There was a full moon this weekend. Folklore calls this full moon in January the “Wolf Moon” and, according to Wikipedia: “Its name comes from hungry wolf packs that would howl outside the villages of Native Americans.”
Well then, how appropriate that there was howling in my neighborhood this weekend. Wolves? No, something far worse. After all, wolves only howl at night. This howling is incessant and unrelenting, all day and well into the night, accompanied by screams in turn both terrified and excited.
It’s a horrible thing, huddled here inside, trapped by snowfall and hearing the cries. Waiting with tense dread-filled anticipation, listening to the ululating screams that rise and fall, sometimes startlingly near, then fading away like fleeing prey, often ending abruptly– leaving you to imagine a flight cut short, ending badly in an unconscious sprawl of mangled limbs and warm blood gushing, cooling and thickening as it stains the pristine snow. Leaving you to imagine the silent aftermath.
Take a look at this picture. What do you see?
Peaceful scene of snow covered yard? A few interesting shadows on fresh snow? HA! That’s because you haven’t seen the whole picture. Look again:
You see them there, among the trees? They come en masse, like ants swarming a sticky mess of spilled juice left on the kitchen counter overnight. The snow has barely stopped falling before they’re out there, a brightly jacketed screaming horde of thrill-seekers, flinging themselves and their children headlong down a steep slick expanse of snow and ice. Not completely devoid of the instinct for self-preservation, they post lookouts at the top of the hill, stopping intruders until the coast is clear below.
This happens every time it snows. They congregate as if this is the only hill in town, as if conquering it, mindlessly, over and over again, is their only goal. There is always some unfortunate event. Sleds overturn, bodies collide with other bodies or with the ground. A few unlucky souls have managed to swerve off the bridge and into creek at the bottom of the hill. One year, a victim was completely up-ended when he turned his back to the action and others couldn’t steer away in time. He escaped with a mild concussion, bones and flesh intact.
The chorus of screams is relentless. So is the irregular rhythmic schhuussch of sleds over packed snow. It’s enough to make a person long for the howl of wolves.
Oh hell, I think I might be one snowfall away from becoming “that woman.” You know, the one who always yelled at you to get off her lawn when you were a kid, or threatened to call your parents if you didn’t stop riding your bikes through her garden. Sheesh. Couldn’t she tell they were horses and that we were on an important mission?
You might be wondering what this has to do with writing. Well, nothing, really. Except it’s good advice in general, but maybe especially if you’re a writer, not to be that person standing there with your back to danger, lost in your musings and oblivious to all the people around you yelling, “LOOK OUT!” That sometimes you need to broaden your view to see the entire picture.
And to keep in mind that no matter how much fun you’re having — or conversely, how irritating it is to be subjected to the noisy intrusive exploits of others — eventually the snow is going to melt.
Also, you know, if you wake me up with your screaming at the crack of dawn after keeping me up listening to it half the night, I’m going to write a tale of wolves.
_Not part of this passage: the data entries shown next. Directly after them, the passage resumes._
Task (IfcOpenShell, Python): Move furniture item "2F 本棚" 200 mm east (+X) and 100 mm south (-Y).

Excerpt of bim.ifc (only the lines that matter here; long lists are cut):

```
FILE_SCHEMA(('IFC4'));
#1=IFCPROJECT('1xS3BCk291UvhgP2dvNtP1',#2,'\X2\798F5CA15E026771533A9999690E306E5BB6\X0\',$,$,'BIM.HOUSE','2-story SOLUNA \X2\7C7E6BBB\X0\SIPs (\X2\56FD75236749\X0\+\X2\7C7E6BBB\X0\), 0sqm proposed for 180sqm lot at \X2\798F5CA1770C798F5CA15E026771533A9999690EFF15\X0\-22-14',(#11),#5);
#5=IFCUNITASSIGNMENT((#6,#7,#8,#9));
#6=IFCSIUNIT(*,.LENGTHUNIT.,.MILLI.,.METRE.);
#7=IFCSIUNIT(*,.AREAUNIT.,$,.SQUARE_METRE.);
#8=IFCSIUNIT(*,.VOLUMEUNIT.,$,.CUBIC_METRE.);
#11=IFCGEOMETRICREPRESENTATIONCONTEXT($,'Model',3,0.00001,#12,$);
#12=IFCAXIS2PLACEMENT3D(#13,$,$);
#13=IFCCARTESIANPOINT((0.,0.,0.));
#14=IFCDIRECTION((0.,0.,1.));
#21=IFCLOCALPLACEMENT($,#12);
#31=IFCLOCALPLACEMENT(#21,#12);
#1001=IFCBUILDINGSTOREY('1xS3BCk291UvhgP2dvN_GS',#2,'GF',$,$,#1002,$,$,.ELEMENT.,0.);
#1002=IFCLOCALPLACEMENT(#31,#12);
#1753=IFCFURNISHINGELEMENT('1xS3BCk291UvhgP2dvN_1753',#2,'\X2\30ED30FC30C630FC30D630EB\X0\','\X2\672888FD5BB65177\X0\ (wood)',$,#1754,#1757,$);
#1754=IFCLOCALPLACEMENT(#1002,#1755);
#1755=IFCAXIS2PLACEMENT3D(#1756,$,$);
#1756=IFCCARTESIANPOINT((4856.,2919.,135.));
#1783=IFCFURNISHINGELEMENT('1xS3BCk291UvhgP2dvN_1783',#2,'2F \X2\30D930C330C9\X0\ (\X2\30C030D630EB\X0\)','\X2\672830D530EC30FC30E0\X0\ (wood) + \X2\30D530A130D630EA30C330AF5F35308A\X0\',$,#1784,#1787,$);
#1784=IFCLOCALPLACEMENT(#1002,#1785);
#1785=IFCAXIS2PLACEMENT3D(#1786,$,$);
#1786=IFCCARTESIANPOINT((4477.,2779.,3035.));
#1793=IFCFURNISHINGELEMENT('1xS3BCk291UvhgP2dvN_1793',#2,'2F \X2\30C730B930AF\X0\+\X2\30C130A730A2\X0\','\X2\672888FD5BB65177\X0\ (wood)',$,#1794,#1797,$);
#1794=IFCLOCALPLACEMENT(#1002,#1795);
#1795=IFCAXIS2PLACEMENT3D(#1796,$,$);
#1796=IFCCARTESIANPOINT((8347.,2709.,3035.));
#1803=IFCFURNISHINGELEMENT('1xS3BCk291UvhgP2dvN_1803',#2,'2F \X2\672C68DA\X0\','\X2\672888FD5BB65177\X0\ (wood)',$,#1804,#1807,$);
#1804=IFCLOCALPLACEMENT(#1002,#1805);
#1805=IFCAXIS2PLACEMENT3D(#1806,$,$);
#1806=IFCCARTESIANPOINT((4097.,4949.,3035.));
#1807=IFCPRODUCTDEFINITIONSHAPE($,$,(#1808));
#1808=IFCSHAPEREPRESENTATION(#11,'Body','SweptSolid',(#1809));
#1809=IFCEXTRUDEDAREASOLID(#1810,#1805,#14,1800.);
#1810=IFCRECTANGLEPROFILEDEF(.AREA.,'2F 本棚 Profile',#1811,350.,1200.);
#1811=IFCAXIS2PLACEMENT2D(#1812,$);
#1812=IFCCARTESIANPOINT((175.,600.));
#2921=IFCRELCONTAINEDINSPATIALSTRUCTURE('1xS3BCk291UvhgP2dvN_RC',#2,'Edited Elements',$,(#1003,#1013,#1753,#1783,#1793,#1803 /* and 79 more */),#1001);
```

```python
import ifcopenshell
import ifcopenshell.api.geometry
import ifcopenshell.util.placement
import ifcopenshell.util.unit

model = ifcopenshell.open("bim.ifc")
unit_scale = ifcopenshell.util.unit.calculate_unit_scale(model)

item = model.by_id(1803)
matrix = ifcopenshell.util.placement.get_local_placement(item.ObjectPlacement)
matrix[0, 3] += 0.2 / unit_scale
matrix[1, 3] -= 0.1 / unit_scale
ifcopenshell.api.geometry.edit_object_placement(model, product=item, matrix=matrix, is_si=False)

print(ifcopenshell.util.placement.get_local_placement(item.ObjectPlacement).round(3) + 0.0)

model.write("bim_rev.ifc")
```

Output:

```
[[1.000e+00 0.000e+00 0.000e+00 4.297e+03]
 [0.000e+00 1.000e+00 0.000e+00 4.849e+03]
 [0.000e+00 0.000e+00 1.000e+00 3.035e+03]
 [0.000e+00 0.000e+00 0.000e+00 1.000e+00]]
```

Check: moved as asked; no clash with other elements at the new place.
And you’re going to be the prey.
Just how fast can you flee down that hill?
Scream for me, now. Like you mean it.
4 responses to “Wolves, Writing and Screaming”
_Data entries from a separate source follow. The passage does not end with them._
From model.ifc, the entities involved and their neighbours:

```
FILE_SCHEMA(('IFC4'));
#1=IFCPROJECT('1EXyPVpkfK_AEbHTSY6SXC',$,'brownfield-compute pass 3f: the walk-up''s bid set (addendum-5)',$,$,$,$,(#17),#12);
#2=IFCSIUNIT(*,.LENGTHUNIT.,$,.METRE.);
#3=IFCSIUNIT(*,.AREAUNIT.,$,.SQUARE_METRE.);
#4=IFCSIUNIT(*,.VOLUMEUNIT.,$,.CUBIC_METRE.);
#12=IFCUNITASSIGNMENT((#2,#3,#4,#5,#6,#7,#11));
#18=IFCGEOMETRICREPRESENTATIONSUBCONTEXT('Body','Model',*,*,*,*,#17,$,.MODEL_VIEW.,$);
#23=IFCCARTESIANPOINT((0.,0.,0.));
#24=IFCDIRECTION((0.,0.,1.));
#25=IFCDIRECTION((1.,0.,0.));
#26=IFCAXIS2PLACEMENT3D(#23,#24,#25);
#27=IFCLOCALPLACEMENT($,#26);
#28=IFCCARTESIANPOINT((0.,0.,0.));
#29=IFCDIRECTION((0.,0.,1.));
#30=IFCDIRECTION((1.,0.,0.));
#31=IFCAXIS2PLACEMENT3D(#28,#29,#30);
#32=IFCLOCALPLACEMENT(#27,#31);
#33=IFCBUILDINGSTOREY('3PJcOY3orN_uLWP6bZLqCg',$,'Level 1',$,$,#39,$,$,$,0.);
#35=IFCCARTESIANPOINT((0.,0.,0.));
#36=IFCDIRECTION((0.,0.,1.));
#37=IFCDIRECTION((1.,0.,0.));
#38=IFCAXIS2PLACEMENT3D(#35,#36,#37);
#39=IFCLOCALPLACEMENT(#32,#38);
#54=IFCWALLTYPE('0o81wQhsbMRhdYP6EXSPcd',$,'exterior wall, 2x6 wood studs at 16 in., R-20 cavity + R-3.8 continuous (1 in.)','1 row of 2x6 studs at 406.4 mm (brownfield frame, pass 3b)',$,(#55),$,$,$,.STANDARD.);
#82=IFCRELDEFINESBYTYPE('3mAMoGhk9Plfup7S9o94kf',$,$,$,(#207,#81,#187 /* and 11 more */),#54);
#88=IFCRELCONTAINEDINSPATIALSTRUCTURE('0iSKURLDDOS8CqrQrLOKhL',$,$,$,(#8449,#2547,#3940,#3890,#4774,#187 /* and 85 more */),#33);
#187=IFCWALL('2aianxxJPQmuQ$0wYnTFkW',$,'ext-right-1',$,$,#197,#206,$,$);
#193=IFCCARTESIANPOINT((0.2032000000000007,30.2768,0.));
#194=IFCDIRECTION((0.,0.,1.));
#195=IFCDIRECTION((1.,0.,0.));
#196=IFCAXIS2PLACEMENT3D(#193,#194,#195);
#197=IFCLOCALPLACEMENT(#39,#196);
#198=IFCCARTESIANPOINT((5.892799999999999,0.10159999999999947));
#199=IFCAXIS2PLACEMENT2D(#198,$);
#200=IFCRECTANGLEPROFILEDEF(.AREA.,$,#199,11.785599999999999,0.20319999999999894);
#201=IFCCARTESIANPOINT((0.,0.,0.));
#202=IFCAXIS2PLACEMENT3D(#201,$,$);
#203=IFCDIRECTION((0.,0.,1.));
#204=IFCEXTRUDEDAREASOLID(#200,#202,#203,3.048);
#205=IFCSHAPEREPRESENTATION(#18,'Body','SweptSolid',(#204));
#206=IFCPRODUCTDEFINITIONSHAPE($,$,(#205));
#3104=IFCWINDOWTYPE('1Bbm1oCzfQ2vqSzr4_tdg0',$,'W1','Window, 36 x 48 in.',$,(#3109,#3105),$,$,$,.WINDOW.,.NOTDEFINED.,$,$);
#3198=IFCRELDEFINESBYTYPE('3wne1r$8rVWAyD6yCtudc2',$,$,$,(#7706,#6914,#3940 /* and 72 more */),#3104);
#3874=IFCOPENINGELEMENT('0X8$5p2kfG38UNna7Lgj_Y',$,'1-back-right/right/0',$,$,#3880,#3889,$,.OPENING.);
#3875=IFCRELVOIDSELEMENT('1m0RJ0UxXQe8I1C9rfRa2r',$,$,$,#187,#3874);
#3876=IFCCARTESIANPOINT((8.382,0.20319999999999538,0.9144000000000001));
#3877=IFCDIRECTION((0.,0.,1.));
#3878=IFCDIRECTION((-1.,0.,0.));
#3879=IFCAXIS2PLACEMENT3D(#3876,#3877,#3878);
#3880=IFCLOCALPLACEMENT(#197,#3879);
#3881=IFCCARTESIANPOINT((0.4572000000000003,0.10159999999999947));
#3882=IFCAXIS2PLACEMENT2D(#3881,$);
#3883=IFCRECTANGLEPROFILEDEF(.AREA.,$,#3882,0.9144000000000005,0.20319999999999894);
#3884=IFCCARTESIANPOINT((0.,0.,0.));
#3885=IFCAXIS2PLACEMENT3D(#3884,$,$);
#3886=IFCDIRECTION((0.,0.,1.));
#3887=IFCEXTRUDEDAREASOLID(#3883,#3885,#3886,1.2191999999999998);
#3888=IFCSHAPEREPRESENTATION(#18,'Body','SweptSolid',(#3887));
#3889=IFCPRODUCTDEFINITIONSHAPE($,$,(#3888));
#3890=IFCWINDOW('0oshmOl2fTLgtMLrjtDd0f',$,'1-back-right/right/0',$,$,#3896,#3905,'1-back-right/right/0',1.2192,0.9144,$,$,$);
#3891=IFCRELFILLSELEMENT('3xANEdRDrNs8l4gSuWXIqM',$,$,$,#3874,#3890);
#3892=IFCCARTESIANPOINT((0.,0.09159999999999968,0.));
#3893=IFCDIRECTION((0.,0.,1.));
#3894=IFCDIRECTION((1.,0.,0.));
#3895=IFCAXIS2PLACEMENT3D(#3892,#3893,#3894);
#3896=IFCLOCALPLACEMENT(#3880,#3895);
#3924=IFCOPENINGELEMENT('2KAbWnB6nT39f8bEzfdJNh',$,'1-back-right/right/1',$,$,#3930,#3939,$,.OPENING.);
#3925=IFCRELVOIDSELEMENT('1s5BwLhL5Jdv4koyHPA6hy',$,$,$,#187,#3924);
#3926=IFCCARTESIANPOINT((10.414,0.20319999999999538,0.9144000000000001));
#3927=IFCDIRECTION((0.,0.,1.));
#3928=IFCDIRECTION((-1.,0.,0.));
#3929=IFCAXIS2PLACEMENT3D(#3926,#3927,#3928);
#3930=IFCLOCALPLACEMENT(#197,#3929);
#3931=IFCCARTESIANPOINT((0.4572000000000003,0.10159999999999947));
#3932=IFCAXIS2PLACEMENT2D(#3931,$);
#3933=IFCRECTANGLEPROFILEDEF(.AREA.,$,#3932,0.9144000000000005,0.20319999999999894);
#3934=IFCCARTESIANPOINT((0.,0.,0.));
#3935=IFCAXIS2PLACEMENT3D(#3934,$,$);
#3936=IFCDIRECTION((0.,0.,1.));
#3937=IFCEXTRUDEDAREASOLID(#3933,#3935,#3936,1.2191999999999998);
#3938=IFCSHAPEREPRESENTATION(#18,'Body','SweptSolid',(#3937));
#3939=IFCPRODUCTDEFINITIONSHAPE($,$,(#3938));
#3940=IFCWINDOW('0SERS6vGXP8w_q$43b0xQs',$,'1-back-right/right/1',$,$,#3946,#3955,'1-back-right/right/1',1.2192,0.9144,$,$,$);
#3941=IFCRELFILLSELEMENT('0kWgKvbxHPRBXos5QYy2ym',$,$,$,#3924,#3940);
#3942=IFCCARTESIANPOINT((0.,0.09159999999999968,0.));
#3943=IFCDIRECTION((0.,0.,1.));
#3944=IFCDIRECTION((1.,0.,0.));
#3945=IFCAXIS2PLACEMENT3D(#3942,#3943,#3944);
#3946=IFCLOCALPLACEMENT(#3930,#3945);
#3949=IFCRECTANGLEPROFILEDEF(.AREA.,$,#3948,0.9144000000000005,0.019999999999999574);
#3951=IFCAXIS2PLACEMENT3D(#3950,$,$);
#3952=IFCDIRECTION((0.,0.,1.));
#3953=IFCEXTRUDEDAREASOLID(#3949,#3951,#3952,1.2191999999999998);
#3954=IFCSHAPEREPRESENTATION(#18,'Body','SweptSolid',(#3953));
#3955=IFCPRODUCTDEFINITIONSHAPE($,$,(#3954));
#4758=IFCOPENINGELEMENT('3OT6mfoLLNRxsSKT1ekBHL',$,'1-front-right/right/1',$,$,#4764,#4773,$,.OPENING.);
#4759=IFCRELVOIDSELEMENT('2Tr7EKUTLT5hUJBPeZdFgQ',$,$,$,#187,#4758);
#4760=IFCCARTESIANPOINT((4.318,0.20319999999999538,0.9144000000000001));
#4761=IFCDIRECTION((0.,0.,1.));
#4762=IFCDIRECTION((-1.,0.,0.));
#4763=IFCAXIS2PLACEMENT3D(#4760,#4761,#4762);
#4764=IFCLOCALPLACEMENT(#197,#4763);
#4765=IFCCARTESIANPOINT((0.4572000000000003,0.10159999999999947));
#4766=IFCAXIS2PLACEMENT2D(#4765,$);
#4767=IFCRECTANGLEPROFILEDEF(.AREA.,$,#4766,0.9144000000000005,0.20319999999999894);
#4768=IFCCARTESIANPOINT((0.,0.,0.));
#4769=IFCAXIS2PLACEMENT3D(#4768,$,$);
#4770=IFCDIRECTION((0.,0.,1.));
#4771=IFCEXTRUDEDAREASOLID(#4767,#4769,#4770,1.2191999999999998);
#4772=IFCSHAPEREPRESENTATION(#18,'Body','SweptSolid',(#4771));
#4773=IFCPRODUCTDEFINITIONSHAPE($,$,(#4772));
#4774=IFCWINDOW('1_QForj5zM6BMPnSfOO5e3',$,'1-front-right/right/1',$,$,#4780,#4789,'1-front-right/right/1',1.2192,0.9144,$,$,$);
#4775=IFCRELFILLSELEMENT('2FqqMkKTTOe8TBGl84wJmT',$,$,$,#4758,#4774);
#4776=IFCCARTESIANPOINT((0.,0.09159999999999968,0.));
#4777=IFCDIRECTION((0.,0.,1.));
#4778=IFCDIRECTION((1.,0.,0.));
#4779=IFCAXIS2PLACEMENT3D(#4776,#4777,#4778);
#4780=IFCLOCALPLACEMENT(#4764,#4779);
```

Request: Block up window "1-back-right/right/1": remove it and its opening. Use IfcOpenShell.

```python
import ifcopenshell
import ifcopenshell.api.feature
import ifcopenshell.api.root
import ifcopenshell.geom
import ifcopenshell.util.shape

model = ifcopenshell.open("model.ifc")
settings = ifcopenshell.geom.settings()


def volume(element):
    """Net volume in cubic metres, openings subtracted."""
    shape = ifcopenshell.geom.create_shape(settings, element)
    return ifcopenshell.util.shape.get_volume(shape.geometry)


window = model.by_guid("0SERS6vGXP8w_q$43b0xQs")
opening = window.FillsVoids[0].RelatingOpeningElement
wall = opening.VoidsElements[0].RelatingBuildingElement
before = volume(wall)

ifcopenshell.api.root.remove_product(model, product=window)
ifcopenshell.api.feature.remove_feature(model, feature=opening)

after = volume(wall)

print(f"wall volume {before:.3f} -> {after:.3f} m3")

model.write("model_updated.ifc")
```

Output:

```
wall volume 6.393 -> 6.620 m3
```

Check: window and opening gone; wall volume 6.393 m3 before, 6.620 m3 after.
See? I’ve been saying and saying that snow is bad. Dunebuggies on my snowy, icy, slick street. What do dunebuggies and sleds have in common? That’s not a trick question. I have no idea.
Maybe snowy weather temporarily freezes IQ cells. Or maybe not so temporarily.
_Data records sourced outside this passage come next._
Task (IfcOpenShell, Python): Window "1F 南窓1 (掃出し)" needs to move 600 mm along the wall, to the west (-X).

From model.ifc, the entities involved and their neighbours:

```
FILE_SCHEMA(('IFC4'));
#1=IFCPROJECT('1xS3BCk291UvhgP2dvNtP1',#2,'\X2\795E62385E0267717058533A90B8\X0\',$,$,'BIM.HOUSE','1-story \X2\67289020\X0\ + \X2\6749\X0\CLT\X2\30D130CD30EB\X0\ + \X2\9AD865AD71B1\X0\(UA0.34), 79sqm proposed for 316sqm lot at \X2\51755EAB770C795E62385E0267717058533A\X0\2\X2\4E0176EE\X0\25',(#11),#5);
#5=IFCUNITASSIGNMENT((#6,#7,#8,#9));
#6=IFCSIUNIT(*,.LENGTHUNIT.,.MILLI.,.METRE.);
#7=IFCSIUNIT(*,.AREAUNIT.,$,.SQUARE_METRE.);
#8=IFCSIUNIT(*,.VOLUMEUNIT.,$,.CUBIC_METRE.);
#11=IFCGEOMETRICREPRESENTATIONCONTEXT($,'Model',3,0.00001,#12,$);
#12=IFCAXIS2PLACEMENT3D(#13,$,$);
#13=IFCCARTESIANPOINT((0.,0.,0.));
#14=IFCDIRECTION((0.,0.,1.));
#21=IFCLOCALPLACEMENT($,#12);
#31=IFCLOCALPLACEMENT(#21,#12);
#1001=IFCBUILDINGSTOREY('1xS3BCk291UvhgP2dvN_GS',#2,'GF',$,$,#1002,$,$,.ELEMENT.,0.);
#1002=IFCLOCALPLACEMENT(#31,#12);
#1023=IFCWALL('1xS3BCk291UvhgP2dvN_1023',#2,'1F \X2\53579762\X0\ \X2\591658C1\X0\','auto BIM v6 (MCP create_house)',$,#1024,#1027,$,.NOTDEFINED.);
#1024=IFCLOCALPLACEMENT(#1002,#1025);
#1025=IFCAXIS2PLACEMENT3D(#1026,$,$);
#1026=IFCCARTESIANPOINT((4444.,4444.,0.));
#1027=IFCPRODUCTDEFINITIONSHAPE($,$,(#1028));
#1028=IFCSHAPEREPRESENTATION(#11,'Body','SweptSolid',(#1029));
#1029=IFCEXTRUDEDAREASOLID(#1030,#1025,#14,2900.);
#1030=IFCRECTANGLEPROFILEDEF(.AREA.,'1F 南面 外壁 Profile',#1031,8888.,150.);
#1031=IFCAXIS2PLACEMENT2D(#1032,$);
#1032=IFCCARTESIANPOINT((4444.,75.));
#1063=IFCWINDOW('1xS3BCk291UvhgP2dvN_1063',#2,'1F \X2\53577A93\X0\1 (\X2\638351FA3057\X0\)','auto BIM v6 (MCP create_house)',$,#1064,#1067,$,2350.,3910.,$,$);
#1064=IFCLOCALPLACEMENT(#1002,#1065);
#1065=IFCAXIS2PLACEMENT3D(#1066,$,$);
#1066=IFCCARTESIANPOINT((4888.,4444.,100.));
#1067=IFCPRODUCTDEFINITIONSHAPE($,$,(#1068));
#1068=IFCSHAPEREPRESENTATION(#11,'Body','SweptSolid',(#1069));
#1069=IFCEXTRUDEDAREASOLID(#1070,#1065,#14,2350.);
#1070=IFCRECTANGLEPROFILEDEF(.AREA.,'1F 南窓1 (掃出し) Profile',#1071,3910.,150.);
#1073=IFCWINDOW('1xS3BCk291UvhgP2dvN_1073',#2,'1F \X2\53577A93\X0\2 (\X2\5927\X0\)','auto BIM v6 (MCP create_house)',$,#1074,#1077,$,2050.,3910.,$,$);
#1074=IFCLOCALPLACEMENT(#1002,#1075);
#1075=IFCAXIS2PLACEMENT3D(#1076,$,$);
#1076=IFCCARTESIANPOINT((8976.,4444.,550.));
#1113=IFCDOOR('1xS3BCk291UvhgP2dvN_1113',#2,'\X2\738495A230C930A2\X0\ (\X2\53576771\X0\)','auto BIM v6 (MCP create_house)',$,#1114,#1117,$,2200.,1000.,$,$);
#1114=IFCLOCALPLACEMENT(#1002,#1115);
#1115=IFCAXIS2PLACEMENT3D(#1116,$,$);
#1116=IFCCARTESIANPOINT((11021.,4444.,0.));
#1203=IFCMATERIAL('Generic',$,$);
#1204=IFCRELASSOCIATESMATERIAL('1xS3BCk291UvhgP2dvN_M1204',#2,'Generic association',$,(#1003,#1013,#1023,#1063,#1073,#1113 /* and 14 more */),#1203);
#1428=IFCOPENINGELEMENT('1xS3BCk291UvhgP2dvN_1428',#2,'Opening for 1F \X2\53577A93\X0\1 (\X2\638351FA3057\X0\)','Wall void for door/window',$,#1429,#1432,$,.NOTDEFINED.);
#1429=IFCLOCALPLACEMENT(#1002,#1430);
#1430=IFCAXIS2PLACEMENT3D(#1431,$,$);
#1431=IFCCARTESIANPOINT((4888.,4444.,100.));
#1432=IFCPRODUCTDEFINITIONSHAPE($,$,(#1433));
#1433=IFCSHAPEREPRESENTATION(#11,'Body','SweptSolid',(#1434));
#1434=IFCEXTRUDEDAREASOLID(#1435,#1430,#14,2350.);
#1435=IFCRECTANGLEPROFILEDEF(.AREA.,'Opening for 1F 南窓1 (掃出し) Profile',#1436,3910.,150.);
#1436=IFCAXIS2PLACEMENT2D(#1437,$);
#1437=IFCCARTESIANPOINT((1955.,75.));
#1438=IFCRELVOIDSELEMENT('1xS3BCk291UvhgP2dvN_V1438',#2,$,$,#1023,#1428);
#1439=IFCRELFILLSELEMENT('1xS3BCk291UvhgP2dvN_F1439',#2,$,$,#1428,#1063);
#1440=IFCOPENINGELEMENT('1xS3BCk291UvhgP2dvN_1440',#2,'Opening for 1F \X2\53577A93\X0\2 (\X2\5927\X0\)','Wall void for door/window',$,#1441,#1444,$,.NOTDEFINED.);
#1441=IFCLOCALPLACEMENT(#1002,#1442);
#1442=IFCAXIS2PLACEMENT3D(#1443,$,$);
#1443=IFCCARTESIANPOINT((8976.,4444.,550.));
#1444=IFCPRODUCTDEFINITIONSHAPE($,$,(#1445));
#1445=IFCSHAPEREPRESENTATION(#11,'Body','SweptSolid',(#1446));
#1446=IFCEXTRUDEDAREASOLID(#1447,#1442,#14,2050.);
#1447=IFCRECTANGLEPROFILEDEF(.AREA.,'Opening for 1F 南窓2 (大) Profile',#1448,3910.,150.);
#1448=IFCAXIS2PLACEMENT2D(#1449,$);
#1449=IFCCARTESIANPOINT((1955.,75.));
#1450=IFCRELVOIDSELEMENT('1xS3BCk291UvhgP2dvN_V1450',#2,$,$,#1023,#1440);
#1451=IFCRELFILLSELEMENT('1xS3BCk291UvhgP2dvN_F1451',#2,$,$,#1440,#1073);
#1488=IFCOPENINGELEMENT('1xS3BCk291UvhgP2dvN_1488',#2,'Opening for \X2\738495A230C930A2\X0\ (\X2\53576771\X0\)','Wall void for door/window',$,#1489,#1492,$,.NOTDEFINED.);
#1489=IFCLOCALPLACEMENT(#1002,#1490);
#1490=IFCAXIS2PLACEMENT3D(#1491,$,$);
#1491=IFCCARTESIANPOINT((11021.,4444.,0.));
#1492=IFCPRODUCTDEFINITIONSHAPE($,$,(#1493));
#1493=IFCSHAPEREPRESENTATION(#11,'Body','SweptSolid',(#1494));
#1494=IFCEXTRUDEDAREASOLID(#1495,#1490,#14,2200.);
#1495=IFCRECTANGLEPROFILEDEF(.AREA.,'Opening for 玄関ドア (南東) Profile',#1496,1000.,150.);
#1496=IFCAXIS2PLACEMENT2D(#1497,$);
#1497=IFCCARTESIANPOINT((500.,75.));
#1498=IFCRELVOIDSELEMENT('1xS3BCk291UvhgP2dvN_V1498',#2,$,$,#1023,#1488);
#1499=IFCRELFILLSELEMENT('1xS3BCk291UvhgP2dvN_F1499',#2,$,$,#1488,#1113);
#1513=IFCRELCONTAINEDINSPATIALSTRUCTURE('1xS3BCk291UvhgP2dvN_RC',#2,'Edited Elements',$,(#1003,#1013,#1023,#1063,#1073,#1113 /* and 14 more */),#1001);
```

```python
import ifcopenshell
import ifcopenshell.api.geometry
import ifcopenshell.util.placement

model = ifcopenshell.open("model.ifc")

window = model.by_guid("1xS3BCk291UvhgP2dvN_1063")
opening = window.FillsVoids[0].RelatingOpeningElement
wall = opening.VoidsElements[0].RelatingBuildingElement

wall_matrix = ifcopenshell.util.placement.get_local_placement(wall.ObjectPlacement)
shift = wall_matrix[:3, 0] * -600.0
before = ifcopenshell.util.placement.get_local_placement(window.ObjectPlacement)[:3, 3].copy()

# The window is not placed relative to its opening, so move both.
for product in (opening, window):
    matrix = ifcopenshell.util.placement.get_local_placement(product.ObjectPlacement)
    matrix[:3, 3] += shift
    ifcopenshell.api.geometry.edit_object_placement(model, product=product, matrix=matrix, is_si=False)

after = ifcopenshell.util.placement.get_local_placement(window.ObjectPlacement)[:3, 3]
print("window moved by", (after - before).round(3) + 0.0)

model.write("model_rev.ifc")
```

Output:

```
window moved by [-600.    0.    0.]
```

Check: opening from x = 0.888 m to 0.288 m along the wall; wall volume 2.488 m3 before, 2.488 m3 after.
There’s a fine line between ‘Thrill’ and ‘Shrill.’
Okay, so it’s more of a change of a letter, but it sounds better to refer to it as a fine line.
(Whaddya mean my license expired?)
BCB, you cannot become “That Woman” because I already am. My neighbor’s children ride through my yard, and through my flower bed, destroying plants and solar lights both. They even scale my cinderblock fence just for funzies. And althought I pleaded and cajoled, Mr. SD was adamant that I could not glue a layer of broken glass along the top to deter the little imps. I once shooed away a group of miscreants playing in my front yard because, although they were the same age as The Kid, they wouldn’t play with her, they just like that our front yard bec ause it was flat and unobstructed by trees or a plethera of toys/bikes/junk like all the others.
Sorry for the rant. Tired and crabby over here. And while ij the past we have enjoyed sledding, we do it at a park, not in someone’s yard.
I guess I should point out that they weren’t actually in my yard — they were sledding down the street in front of my house. But I do think the world has more than one of “That Woman.” When a fresh batch of sledders started up again at midnight last night, I came close.
And yes, there was something that looked sort of like a dune buggy but was probably a Jeep. Pulling kids on their sleds back up the hill. While they screamed. Yes, “shrill” is a good word for it.
GP, you’ll never get me to admit that snow is bad. I love snow.